A 74.0 kg ice skater moving to the right with a velocity of 2.90 m/s throws a 0.15 kg snowball to the right with a velocity of 23.2 m/s relative to the ground.
(a) What is the velocity of the ice skater after throwing the snowball? Disregard the friction between the skates and the ice.
(b) A second skater initially at rest with a mass of 61.50 kg catches the snowball. What is the velocity of the second skater after catching the snowball in a perfectly inelastic collision?
(PLEASE HELP!)
To solve this problem, we can use the principle of conservation of linear momentum. The total momentum before throwing the snowball is equal to the total momentum after throwing the snowball.

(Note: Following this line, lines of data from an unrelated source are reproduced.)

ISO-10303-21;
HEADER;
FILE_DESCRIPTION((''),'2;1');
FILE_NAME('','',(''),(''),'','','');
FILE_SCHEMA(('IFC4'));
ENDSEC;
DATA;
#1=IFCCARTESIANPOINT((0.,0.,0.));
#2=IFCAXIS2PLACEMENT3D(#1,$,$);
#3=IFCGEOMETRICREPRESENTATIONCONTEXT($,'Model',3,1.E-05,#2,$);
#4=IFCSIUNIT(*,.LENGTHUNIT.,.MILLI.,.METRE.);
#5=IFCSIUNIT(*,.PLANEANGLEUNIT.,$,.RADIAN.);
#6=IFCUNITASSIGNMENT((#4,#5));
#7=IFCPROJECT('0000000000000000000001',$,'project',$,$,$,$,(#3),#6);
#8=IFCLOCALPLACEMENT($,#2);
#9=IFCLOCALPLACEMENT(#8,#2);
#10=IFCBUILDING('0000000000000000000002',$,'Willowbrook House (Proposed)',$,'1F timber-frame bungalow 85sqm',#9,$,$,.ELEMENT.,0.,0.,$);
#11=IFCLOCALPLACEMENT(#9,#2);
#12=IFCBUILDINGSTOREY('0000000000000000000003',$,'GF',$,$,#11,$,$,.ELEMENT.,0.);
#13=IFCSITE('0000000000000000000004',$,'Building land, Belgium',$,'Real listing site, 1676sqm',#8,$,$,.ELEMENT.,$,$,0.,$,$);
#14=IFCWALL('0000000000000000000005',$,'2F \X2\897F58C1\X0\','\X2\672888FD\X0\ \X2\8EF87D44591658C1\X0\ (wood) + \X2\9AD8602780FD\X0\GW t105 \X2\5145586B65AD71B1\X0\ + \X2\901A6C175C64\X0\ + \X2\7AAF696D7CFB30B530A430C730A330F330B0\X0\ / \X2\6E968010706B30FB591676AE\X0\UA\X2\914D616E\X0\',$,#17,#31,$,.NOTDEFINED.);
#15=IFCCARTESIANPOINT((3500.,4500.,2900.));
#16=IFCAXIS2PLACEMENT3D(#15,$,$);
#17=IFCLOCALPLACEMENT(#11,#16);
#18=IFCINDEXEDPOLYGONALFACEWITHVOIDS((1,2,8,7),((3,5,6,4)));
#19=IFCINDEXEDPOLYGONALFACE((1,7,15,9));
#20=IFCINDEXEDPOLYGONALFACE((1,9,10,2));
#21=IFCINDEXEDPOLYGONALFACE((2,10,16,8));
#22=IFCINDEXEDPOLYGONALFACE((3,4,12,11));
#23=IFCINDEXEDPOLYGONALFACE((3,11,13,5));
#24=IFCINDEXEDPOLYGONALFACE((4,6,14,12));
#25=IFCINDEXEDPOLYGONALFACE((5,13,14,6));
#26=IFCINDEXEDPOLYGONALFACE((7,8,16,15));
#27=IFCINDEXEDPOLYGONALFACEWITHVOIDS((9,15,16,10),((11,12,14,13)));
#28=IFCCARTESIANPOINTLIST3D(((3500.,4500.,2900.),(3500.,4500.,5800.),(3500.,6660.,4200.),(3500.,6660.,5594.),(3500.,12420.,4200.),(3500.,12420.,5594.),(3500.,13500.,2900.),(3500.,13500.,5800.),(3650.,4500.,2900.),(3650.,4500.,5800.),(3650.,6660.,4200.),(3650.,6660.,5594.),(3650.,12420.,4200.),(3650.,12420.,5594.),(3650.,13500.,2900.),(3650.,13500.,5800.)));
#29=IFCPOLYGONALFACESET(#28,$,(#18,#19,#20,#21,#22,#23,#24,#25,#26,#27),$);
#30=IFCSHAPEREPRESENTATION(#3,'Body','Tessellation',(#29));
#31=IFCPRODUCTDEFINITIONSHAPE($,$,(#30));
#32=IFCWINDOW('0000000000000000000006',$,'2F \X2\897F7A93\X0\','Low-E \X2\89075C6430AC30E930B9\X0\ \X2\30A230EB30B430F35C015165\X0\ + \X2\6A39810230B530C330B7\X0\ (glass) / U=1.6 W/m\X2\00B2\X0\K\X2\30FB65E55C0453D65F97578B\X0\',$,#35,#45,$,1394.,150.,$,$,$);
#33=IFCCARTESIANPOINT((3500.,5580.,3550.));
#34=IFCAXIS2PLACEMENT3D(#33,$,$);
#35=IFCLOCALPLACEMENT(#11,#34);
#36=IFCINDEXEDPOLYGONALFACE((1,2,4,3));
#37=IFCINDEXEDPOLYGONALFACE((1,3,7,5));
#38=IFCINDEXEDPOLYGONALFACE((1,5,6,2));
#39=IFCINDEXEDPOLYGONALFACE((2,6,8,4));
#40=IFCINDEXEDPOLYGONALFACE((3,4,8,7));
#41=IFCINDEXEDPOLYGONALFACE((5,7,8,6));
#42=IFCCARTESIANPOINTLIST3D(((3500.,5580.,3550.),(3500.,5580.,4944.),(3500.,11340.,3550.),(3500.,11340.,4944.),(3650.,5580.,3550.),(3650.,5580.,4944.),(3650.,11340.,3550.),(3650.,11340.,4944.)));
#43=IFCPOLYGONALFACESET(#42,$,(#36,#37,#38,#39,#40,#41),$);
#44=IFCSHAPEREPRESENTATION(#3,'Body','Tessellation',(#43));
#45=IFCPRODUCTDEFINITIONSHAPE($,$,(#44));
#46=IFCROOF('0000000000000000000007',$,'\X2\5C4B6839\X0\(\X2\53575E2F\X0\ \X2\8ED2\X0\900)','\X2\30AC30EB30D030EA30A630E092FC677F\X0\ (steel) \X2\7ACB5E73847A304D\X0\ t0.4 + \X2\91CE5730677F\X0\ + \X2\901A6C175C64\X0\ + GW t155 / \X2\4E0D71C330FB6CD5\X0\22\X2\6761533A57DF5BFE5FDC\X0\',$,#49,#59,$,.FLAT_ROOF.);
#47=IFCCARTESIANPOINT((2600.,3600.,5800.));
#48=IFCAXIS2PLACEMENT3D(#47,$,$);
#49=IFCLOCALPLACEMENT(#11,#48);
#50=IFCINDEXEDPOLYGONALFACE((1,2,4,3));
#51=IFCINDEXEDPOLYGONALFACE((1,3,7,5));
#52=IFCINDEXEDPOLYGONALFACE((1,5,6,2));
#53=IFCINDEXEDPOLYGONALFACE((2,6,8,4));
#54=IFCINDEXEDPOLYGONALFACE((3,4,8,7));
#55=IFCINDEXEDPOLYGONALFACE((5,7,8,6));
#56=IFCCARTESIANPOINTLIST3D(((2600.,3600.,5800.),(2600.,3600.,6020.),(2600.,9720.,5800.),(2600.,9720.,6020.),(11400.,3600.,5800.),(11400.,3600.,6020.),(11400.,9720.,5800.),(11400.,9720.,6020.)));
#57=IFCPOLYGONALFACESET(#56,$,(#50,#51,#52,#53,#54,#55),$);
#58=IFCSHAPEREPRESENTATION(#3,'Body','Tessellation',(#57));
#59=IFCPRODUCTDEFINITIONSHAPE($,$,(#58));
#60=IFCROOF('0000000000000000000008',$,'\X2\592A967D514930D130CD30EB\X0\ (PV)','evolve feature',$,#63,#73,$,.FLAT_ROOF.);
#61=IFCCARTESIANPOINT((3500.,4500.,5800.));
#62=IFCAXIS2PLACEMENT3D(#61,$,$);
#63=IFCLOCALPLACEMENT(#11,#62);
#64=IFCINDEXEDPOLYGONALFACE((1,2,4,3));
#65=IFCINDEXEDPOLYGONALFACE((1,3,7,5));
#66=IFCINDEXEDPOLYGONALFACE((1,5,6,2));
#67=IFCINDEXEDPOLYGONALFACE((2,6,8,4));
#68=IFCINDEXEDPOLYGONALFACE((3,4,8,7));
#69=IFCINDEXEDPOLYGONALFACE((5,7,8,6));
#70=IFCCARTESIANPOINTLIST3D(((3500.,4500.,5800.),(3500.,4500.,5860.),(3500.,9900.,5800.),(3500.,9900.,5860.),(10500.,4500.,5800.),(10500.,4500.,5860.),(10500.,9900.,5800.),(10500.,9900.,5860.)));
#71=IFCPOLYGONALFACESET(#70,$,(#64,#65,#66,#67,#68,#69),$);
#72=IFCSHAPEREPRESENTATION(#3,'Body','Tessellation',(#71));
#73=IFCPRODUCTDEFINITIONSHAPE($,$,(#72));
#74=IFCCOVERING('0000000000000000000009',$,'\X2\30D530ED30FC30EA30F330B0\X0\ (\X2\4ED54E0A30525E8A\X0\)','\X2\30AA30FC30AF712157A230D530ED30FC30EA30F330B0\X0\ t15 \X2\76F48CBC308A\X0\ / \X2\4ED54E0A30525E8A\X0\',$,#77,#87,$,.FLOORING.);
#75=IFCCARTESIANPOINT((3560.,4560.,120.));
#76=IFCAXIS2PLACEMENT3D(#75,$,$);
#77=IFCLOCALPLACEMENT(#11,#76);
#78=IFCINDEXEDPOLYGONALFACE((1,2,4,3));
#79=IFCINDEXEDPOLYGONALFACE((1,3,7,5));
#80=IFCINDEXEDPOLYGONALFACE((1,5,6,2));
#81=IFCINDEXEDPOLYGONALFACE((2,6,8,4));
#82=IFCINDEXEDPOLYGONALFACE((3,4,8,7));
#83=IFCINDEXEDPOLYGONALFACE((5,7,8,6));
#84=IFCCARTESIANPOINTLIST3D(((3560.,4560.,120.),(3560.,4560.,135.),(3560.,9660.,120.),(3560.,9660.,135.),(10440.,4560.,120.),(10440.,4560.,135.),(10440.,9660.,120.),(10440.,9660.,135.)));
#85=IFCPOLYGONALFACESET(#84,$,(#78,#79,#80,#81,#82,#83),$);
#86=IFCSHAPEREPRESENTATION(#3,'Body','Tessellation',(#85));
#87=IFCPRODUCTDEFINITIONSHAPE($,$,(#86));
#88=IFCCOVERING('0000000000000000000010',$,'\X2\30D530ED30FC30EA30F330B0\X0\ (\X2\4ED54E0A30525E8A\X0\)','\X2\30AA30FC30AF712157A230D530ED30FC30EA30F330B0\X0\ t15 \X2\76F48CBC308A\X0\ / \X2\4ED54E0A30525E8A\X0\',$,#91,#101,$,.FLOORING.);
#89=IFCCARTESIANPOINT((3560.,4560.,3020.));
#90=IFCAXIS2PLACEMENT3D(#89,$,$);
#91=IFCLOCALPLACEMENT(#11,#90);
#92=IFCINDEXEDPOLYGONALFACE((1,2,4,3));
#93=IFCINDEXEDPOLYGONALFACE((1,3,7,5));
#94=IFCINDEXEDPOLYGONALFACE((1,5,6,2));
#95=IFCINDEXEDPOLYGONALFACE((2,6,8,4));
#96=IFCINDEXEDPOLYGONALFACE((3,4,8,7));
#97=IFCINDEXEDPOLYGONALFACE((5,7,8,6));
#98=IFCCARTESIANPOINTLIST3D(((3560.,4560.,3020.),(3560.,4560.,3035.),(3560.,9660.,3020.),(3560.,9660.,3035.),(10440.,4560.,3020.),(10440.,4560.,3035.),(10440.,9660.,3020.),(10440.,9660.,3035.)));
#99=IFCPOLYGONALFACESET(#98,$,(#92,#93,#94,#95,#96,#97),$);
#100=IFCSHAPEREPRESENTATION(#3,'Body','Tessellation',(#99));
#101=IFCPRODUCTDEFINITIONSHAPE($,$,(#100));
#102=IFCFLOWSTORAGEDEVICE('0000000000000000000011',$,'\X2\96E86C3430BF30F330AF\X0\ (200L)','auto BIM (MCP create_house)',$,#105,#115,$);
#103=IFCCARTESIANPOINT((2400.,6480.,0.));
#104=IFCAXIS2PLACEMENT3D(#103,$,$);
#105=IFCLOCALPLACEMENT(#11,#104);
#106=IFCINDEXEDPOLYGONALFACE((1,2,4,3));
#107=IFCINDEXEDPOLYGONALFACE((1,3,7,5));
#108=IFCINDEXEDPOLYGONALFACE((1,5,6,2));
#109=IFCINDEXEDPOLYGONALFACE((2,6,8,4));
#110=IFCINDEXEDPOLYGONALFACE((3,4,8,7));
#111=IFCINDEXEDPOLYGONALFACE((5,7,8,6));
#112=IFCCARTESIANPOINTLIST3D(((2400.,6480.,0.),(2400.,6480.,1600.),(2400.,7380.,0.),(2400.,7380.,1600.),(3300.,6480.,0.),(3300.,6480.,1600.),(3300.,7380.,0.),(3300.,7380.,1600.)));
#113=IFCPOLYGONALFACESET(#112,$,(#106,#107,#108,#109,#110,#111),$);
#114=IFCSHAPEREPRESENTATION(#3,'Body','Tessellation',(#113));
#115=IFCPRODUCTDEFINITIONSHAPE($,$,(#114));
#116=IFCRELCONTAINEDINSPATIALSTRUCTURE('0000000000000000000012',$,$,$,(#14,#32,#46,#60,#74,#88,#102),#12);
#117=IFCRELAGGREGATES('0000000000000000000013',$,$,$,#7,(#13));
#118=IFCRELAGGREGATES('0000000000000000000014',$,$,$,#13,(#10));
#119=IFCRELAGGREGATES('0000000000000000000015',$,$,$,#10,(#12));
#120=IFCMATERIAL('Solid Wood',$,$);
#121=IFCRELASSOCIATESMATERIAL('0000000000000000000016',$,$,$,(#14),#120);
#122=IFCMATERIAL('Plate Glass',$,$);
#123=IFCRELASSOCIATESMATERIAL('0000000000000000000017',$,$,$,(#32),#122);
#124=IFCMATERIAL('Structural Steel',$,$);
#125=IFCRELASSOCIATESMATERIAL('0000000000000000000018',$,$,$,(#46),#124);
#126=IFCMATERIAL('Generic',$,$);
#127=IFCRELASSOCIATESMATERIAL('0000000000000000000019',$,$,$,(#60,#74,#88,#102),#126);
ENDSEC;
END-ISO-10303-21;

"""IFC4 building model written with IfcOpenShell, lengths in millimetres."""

from ifc_helpers import new_model, si_unit, frame, frame_2d, origin, place, context, project, spatial, rectangle, extrude, material, element, fill, save


model = new_model("IFC4")

# Units and contexts
model_context = context("Model", 3, precision=1e-05, world=origin())
ifc_project = project(units=[si_unit("LENGTHUNIT", "METRE", prefix="MILLI"), si_unit("PLANEANGLEUNIT", "RADIAN")], contexts=[model_context])

# Site, building, storey
site_placement = place(None, origin())
site = spatial("IfcSite", under=ifc_project, at=site_placement, Name="Building land, Belgium", ObjectType="Real listing site, 1676sqm", CompositionType="ELEMENT", RefElevation=0.0)
building_placement = place(site_placement, origin())
building = spatial("IfcBuilding", under=site, at=building_placement, Name="Willowbrook House (Proposed)", ObjectType="1F timber-frame bungalow 85sqm", CompositionType="ELEMENT", ElevationOfRefHeight=0.0, ElevationOfTerrain=0.0)
storey_placement = place(building_placement, origin())
storey = spatial("IfcBuildingStorey", under=building, at=storey_placement, Name="GF", CompositionType="ELEMENT", Elevation=0.0)

# Shared definitions
ifc_material_1 = material(Name="Solid Wood")
ifc_material_2 = material(Name="Generic")

# Shared definitions
ifc_material_3 = material(Name="Plate Glass")

# Wall, opening, window
wall_1_placement = place(storey_placement, frame((3500.0, 4500.0, 2900.0)))
wall_1 = element("IfcWall", 1, at=wall_1_placement, inside=storey, material=ifc_material_1, Name="2F 西壁", Description="木製 軸組外壁 (wood) + 高性能GW t105 充填断熱 + 通気層 + 窯業系サイディング / 準耐火・外皮UA配慮", PredefinedType="NOTDEFINED", context=model_context, shape_type="SweptSolid", body=[
    extrude(rectangle(XDim=150.0, YDim=9000.0, at=frame_2d((75.0, 4500.0))), frame((3500.0, 4500.0, 2900.0)), (0.0, 0.0, 1.0), 2900.0),
])
opening_1_placement = place(storey_placement, frame((3500.0, 5580.0, 3550.0)))
opening_1 = element("IfcOpeningElement", 2, at=opening_1_placement, cuts=wall_1, PredefinedType="NOTDEFINED", context=model_context, shape_type="SweptSolid", body=[
    extrude(rectangle(XDim=150.0, YDim=5760.0, at=frame_2d((75.0, 2880.0))), frame((3500.0, 5580.0, 3550.0)), (0.0, 0.0, 1.0), 1394.0),
])
window_1_placement = place(storey_placement, frame((3500.0, 5580.0, 3550.0)))
window_1 = element("IfcWindow", 3, at=window_1_placement, inside=storey, material=ifc_material_3, Name="2F 西窓", Description="Low-E 複層ガラス アルゴン封入 + 樹脂サッシ (glass) / U=1.6 W/m²K・日射取得型", OverallHeight=1394.0, OverallWidth=150.0, context=model_context, shape_type="SweptSolid", body=[
    extrude(rectangle(XDim=150.0, YDim=5760.0, at=frame_2d((75.0, 2880.0))), frame((3500.0, 5580.0, 3550.0)), (0.0, 0.0, 1.0), 1394.0),
])
fill(opening_1, window_1)

# Roofs
ifc_material_4 = material(Name="Structural Steel")
for number, where, name in (
    (4, (2600.0, 3600.0, 5800.0), "屋根(南帯 軒900)"),
):
    element("IfcRoof", number, at=place(storey_placement, frame(where)), inside=storey, material=ifc_material_4, Name=name, Description="ガルバリウム鋼板 (steel) 立平葺き t0.4 + 野地板 + 通気層 + GW t155 / 不燃・法22条区域対応", PredefinedType="FLAT_ROOF", context=model_context, shape_type="SweptSolid", body=[
        extrude(rectangle(XDim=8800.0, YDim=6120.0, at=frame_2d((4400.0, 3060.0))), frame((2600.0, 3600.0, 5800.0)), (0.0, 0.0, 1.0), 220.0),
    ])
roof_placement = place(storey_placement, frame((3500.0, 4500.0, 5800.0)))
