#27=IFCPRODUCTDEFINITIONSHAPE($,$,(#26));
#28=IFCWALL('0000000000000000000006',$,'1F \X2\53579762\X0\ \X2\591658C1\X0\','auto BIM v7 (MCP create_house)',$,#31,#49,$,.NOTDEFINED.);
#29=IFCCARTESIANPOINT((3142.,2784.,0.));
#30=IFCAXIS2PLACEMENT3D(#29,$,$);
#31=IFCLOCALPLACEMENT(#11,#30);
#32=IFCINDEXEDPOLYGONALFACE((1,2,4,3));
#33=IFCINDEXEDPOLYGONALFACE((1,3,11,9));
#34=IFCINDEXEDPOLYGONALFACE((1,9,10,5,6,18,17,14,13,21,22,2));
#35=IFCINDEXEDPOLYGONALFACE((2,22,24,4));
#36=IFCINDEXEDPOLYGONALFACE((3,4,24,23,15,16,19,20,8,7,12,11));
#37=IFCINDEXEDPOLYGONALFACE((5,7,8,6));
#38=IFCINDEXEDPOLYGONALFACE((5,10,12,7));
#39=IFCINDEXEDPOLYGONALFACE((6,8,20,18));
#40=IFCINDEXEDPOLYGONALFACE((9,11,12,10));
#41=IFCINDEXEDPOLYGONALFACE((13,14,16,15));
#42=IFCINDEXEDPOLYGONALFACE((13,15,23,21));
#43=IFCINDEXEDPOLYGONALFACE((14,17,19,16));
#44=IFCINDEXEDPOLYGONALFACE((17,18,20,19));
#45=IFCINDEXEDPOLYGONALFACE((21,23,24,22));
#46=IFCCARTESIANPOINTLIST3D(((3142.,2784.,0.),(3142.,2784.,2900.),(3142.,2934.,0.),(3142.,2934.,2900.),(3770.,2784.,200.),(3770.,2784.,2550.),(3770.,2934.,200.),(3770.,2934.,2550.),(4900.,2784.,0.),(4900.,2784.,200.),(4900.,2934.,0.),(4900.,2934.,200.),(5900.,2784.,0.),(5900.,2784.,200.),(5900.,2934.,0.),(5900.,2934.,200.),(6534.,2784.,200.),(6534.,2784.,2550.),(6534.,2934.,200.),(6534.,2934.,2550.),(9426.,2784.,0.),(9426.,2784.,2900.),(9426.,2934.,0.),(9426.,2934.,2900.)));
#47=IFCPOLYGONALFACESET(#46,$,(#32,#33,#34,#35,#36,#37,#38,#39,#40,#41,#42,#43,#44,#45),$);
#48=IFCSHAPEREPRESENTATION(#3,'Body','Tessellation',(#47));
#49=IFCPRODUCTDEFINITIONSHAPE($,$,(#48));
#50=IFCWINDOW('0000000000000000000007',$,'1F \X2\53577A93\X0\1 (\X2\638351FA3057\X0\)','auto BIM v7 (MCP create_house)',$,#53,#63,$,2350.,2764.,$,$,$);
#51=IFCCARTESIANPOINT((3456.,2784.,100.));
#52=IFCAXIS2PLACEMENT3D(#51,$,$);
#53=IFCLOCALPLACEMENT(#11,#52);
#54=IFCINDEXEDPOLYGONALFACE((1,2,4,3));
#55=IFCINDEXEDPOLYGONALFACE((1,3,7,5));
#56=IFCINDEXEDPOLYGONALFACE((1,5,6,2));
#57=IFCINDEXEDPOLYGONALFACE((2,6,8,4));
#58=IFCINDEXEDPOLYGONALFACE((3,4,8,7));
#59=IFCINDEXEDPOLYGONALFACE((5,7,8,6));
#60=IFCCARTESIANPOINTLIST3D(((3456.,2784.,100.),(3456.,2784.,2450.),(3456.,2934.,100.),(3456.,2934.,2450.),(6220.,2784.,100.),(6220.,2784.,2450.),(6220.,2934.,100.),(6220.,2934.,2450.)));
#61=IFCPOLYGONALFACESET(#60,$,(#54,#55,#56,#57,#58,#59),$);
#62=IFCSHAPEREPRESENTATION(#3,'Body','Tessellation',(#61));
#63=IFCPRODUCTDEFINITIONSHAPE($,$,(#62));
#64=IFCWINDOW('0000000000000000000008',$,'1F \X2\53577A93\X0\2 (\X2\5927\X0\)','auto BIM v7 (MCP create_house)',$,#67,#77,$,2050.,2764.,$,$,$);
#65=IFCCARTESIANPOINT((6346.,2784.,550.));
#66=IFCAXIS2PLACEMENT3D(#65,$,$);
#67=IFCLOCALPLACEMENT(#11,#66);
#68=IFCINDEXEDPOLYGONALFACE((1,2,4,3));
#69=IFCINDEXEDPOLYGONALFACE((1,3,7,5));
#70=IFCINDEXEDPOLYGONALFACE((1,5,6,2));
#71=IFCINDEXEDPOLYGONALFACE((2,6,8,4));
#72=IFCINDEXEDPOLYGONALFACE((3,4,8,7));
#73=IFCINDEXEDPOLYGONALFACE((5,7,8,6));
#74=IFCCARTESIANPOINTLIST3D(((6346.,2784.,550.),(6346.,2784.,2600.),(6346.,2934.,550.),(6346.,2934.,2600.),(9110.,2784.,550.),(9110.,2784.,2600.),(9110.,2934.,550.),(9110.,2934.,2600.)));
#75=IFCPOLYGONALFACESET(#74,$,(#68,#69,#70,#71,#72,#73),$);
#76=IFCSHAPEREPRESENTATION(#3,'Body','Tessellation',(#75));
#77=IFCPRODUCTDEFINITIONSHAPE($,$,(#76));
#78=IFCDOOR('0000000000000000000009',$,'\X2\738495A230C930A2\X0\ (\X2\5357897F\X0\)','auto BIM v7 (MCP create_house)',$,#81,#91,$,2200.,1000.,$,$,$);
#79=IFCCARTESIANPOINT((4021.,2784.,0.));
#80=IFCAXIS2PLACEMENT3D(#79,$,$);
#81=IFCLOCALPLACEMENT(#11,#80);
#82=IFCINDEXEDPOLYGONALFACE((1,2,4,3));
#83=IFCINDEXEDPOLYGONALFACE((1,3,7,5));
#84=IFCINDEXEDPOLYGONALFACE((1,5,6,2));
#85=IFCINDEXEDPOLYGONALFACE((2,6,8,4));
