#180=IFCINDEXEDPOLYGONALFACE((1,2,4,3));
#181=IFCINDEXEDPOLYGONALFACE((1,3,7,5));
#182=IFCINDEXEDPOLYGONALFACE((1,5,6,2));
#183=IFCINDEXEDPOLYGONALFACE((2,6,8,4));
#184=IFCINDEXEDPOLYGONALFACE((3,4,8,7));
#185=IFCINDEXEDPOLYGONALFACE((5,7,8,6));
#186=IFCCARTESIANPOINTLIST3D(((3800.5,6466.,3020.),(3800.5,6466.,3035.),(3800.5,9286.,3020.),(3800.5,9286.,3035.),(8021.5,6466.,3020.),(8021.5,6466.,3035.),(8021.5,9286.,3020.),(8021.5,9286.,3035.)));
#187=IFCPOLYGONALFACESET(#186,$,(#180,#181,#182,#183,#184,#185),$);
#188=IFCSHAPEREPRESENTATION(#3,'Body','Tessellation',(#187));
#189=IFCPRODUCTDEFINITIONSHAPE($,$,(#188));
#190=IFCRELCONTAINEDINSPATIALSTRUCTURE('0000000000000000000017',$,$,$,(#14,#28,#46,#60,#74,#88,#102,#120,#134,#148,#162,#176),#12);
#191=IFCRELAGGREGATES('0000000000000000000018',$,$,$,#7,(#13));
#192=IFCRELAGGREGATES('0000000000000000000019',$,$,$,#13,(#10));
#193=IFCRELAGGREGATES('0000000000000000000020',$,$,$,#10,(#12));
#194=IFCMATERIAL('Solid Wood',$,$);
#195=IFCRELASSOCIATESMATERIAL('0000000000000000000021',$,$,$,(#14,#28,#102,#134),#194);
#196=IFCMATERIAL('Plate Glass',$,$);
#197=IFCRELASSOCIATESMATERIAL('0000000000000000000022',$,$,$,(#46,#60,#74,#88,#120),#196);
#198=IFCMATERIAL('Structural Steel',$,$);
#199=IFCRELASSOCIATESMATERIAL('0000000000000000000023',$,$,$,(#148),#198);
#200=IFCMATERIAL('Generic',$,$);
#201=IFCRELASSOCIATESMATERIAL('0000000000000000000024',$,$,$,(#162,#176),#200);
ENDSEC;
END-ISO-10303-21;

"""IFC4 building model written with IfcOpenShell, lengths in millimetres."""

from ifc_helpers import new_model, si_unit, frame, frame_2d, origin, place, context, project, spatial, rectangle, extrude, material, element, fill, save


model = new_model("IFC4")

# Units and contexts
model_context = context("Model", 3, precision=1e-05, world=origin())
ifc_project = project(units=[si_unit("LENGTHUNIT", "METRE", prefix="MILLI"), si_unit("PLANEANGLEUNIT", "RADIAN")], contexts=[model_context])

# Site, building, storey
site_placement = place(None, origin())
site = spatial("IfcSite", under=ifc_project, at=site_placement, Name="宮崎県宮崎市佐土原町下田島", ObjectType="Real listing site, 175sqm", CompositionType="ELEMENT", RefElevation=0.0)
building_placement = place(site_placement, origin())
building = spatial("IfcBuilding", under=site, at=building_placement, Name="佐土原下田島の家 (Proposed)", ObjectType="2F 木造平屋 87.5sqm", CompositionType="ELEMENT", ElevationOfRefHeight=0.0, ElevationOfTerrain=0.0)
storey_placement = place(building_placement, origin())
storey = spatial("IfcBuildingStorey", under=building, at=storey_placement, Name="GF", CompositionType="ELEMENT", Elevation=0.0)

(a) To find the velocity of the ice skater after throwing the snowball, we can use the formula for conservation of linear momentum, which states:
(m1 * v1) + (m2 * v2) = (m1 * v1') + (m2 * v2')
Where:
m1 is the mass of the ice skater before throwing the snowball (74.0 kg)
v1 is the velocity of the ice skater before throwing the snowball (2.90 m/s)
m2 is the mass of the snowball (0.15 kg)
v2 is the velocity of the snowball relative to the ground (23.2 m/s)
v1' is the velocity of the ice skater after throwing the snowball (unknown)
Plugging in the known values, we have:
(74.0 kg * 2.90 m/s) + (0.15 kg * 23.2 m/s) = (74.0 kg * v1') + (0.15 kg * 23.2 m/s)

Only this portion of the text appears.